▸ **Aim of the task**: From the records below, find each line with the string "IFCPRODUCTDEFINITIONSHAPE" and copy it.

▸ **Stored data**:

--------------------

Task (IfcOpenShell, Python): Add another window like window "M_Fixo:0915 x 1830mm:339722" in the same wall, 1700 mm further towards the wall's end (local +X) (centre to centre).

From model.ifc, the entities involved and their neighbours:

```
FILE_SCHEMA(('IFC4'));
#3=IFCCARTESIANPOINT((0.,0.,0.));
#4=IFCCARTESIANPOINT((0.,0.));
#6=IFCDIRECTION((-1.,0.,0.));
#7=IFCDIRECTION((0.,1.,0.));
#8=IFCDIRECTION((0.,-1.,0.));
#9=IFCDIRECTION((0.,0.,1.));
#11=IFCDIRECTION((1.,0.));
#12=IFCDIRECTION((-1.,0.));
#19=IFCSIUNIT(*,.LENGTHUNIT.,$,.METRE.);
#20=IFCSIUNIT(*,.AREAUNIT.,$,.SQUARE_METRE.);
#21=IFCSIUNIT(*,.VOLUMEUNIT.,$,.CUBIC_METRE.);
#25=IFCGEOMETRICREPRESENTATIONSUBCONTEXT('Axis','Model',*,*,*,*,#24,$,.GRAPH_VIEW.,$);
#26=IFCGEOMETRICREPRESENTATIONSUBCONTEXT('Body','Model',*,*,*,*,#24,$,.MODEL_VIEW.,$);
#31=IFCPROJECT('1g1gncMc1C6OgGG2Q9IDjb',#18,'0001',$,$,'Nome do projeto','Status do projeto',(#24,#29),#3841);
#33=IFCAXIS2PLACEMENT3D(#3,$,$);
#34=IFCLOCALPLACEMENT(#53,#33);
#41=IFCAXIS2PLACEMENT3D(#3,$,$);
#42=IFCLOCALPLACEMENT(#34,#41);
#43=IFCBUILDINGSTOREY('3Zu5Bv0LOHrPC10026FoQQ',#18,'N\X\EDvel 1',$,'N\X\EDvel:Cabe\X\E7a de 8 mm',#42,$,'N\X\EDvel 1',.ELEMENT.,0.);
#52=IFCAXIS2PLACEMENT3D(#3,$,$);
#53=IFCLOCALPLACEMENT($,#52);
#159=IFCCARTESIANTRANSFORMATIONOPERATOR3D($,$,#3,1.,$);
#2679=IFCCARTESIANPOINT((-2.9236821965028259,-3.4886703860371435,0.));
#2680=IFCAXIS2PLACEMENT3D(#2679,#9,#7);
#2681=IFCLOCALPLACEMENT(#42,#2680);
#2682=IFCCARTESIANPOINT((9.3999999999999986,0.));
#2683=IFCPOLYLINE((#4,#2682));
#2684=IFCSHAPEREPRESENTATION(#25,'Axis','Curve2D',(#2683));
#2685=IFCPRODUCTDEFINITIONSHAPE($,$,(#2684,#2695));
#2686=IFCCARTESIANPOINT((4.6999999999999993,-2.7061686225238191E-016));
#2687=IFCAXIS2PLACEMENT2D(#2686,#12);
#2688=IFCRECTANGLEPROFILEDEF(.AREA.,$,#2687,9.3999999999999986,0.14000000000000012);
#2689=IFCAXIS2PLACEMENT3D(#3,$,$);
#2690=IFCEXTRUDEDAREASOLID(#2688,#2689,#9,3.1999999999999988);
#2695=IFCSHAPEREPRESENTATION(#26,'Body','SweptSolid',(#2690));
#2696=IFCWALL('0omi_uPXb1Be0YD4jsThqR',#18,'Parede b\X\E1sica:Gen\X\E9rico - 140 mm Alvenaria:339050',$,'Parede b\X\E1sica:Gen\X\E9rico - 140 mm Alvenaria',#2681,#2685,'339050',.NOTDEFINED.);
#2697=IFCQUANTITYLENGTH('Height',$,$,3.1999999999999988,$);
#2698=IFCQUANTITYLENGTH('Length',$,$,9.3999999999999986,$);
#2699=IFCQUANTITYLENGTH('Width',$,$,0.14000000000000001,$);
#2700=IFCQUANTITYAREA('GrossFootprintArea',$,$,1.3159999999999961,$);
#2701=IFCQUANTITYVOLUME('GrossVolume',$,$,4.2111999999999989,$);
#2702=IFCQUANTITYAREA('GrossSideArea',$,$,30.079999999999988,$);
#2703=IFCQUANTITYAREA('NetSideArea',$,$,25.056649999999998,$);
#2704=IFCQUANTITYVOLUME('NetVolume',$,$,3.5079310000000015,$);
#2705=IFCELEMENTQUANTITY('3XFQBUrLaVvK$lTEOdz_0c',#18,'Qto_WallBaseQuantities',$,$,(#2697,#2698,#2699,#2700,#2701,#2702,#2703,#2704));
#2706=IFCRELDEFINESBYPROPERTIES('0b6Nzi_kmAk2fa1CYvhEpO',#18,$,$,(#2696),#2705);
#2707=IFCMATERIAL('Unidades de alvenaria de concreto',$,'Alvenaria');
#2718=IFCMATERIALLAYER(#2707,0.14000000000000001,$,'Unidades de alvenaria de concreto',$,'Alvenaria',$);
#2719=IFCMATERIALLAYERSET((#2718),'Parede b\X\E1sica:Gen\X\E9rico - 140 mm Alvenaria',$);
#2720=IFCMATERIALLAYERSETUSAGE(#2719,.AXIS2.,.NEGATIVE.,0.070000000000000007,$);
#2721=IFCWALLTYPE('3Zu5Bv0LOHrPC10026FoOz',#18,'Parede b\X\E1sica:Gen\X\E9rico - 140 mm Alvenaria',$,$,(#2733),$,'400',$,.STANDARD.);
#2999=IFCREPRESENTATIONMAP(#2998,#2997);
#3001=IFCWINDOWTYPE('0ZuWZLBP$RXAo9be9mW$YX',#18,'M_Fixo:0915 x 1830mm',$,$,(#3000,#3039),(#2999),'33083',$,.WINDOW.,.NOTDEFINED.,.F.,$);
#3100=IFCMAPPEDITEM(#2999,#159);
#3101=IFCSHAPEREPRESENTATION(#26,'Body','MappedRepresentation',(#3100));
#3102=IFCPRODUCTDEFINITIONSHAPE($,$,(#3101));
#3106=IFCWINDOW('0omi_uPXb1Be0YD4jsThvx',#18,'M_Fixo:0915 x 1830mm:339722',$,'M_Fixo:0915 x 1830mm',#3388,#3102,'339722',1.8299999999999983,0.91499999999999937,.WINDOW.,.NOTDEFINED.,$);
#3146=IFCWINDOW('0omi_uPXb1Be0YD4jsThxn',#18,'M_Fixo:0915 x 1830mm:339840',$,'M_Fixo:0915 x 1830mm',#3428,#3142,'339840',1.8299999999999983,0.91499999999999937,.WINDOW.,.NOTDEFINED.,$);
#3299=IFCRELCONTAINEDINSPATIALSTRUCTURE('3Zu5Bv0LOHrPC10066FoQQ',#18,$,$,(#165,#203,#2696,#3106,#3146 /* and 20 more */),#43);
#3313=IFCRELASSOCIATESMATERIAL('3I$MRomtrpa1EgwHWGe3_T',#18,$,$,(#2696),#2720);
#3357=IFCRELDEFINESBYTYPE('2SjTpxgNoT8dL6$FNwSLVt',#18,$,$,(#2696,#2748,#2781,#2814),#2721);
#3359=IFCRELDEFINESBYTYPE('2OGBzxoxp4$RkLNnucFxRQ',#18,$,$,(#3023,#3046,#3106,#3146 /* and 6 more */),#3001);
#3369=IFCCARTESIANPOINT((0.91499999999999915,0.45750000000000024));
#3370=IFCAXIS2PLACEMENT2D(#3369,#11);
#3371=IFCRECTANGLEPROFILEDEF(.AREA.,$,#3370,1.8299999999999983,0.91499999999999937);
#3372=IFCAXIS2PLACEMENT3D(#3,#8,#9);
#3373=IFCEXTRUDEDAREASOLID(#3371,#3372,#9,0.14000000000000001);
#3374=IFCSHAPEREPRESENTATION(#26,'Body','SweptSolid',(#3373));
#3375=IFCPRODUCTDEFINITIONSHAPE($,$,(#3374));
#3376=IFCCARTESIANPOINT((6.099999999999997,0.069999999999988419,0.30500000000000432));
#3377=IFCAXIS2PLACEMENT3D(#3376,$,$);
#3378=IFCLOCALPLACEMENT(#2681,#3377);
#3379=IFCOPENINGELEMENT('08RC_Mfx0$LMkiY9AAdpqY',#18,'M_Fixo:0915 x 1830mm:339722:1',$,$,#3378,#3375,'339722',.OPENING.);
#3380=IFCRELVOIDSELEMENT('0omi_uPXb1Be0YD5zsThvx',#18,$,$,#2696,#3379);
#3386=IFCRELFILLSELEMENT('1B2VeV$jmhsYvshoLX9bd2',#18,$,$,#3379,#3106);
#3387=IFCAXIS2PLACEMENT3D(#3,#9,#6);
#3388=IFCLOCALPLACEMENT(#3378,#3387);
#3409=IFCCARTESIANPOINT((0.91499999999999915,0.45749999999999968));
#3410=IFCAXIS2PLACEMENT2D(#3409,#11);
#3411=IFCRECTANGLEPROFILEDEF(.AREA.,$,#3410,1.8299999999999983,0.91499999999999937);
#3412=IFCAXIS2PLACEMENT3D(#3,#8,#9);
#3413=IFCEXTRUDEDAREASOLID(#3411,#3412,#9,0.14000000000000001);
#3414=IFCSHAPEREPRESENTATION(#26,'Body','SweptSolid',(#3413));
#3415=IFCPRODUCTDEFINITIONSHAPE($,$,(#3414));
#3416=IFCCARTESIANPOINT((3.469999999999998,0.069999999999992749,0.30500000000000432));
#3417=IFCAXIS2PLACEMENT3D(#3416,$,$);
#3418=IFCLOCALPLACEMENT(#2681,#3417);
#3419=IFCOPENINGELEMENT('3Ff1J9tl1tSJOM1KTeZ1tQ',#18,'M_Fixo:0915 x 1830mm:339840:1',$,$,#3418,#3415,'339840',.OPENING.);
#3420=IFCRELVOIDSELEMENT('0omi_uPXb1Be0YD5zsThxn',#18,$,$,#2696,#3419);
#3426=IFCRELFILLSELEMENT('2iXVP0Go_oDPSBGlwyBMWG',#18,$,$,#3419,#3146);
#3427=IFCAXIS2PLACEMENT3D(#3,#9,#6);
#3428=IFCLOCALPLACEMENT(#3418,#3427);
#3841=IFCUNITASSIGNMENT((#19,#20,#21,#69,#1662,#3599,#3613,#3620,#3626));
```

```python
import ifcopenshell
import ifcopenshell.api.feature
import ifcopenshell.api.geometry
import ifcopenshell.api.pset
import ifcopenshell.api.root
import ifcopenshell.geom
import ifcopenshell.util.element
import ifcopenshell.util.placement
import ifcopenshell.util.shape
import ifcopenshell.util.unit

model = ifcopenshell.open("model.ifc")
unit_scale = ifcopenshell.util.unit.calculate_unit_scale(model)
area_scale = ifcopenshell.util.unit.calculate_unit_scale(model, "AREAUNIT")
volume_scale = ifcopenshell.util.unit.calculate_unit_scale(model, "VOLUMEUNIT")
settings = ifcopenshell.geom.settings()


def volume(element):
    """Net volume in cubic metres, openings subtracted."""
    shape = ifcopenshell.geom.create_shape(settings, element)
    return ifcopenshell.util.shape.get_volume(shape.geometry)


def reuse_history(source, copy):
    """copy_class also copies each property set's owner history, people and application; keep the originals."""
    for rel in copy.IsDefinedBy:
        if rel.is_a("IfcRelDefinesByProperties") and (history := rel.RelatingPropertyDefinition.OwnerHistory):
            rel.RelatingPropertyDefinition.OwnerHistory = source.OwnerHistory
            ifcopenshell.util.element.remove_deep2(model, history)


window = model.by_guid("0omi_uPXb1Be0YD4jsThvx")
opening = window.FillsVoids[0].RelatingOpeningElement
wall = opening.VoidsElements[0].RelatingBuildingElement
before = volume(wall)
shift = ifcopenshell.util.placement.get_local_placement(wall.ObjectPlacement)[:3, 0] * 1.7 / unit_scale

# copy_class copies the void relationship, type, container and properties, but no geometry.
new_opening = ifcopenshell.api.root.copy_class(model, product=opening)
new_opening.Representation = ifcopenshell.util.element.copy_deep(
    model, opening.Representation, exclude=["IfcGeometricRepresentationContext", "IfcRepresentationMap"]
)
new_opening.Name = "M_Fixo:0915 x 1830mm"
new_opening.Tag = None
reuse_history(opening, new_opening)
new_window = ifcopenshell.api.root.copy_class(model, product=window)
new_window.Representation = ifcopenshell.util.element.copy_deep(
    model, window.Representation, exclude=["IfcGeometricRepresentationContext", "IfcRepresentationMap"]
)
new_window.Name = "M_Fixo:0915 x 1830mm"
new_window.Tag = None
reuse_history(window, new_window)
ifcopenshell.api.feature.add_filling(model, opening=new_opening, element=new_window)

for old, new in ((opening, new_opening), (window, new_window)):
    matrix = ifcopenshell.util.placement.get_local_placement(old.ObjectPlacement)
    matrix[:3, 3] += shift
    ifcopenshell.api.geometry.edit_object_placement(model, product=new, matrix=matrix, is_si=False)

after = volume(wall)
thickness = 0.14  # wall thickness in metres

# Update the wall's stored quantities.
qto = model.by_id(ifcopenshell.util.element.get_pset(wall, "Qto_WallBaseQuantities", should_inherit=False)["id"])
ifcopenshell.api.pset.edit_qto(model, qto=qto, properties={
    "NetSideArea": after / thickness / area_scale,
    "NetVolume": after / volume_scale,
})

print(f"wall volume {before:.3f} -> {after:.3f} m3")

model.write("model_rev.ifc")
```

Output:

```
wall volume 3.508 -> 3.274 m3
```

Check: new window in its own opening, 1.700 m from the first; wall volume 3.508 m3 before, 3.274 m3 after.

--------------------

▸ **Answer box**:
#2685=IFCPRODUCTDEFINITIONSHAPE($,$,(#2684,#2695));
#3102=IFCPRODUCTDEFINITIONSHAPE($,$,(#3101));
#3375=IFCPRODUCTDEFINITIONSHAPE($,$,(#3374));
#3415=IFCPRODUCTDEFINITIONSHAPE($,$,(#3414));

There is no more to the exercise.